ホームレスになりかけた女子高生時代

SPONSORED LINK





16年一緒に暮らしてきたと言っても、血の繋がらない私の
たった半年間の高校生活のために、自分の職場からは遠い場所にある
私の通う学校の近くにアパートを借りてくれる、という父の申し出には、
本当は感謝しなければいけないとこなのだろうけど、当時の私にはそんな余裕などなかった。

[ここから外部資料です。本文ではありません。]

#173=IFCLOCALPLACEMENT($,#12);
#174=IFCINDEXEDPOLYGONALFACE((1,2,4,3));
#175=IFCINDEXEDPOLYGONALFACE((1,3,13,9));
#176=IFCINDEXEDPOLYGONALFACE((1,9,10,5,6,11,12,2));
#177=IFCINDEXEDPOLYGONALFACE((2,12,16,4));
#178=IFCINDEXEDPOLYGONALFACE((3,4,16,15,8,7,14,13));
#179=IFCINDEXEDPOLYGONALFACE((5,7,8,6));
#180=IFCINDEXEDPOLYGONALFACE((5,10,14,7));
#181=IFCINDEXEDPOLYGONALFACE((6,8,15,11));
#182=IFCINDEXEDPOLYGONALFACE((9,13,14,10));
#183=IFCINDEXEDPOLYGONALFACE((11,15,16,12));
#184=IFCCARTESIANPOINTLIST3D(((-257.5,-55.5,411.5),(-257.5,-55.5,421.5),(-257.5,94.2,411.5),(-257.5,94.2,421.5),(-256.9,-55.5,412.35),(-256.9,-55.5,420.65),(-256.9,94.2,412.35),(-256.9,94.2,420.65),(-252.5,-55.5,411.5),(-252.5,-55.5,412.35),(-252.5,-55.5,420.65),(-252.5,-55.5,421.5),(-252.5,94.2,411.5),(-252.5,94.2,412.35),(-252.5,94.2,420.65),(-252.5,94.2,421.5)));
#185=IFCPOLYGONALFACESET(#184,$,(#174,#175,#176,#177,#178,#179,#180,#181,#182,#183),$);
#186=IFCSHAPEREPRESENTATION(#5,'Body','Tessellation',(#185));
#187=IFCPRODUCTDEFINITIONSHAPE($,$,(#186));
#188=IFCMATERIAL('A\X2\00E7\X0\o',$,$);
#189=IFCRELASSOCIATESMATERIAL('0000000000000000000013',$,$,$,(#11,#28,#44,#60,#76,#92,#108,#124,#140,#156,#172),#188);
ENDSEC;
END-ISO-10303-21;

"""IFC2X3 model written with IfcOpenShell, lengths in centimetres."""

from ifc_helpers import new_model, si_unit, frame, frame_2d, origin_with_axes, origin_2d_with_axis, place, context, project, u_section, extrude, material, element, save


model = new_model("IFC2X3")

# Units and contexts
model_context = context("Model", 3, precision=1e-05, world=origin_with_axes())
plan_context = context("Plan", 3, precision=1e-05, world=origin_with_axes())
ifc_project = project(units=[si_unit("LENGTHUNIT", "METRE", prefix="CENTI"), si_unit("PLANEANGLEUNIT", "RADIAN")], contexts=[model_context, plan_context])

たった半年なのに、家を売るのを待てない父に腹を立て、
「そうしてもらう(父にアパートを借りてもらう)しかない」
と簡単に言ってしまう母にもイライラした。


そして母との電話を切って1時間もたたないうちに、更に私を
追いつめる電話がかかってきた。


それは父の職場の人(雇主と言えばいいのだろうか?)。

「○○ちゃん(父のあだ名)はマキを小さいころから育ててるから、本当の娘と同じやと思ってる。それはおっちゃん(職場の人)も同じ気持ち。あと少しで高校卒業やから、マキはそれまでおっちゃんとこに来ないか?」

ゾッとした。

家庭を顧みずに休日に釣りやスキーに没頭し、母をイライラさせ続けたのは確かに父だが、
その釣りやスキーに、休日のたびに誘っては家族との時間を引き裂いていたのはこの人なのだ。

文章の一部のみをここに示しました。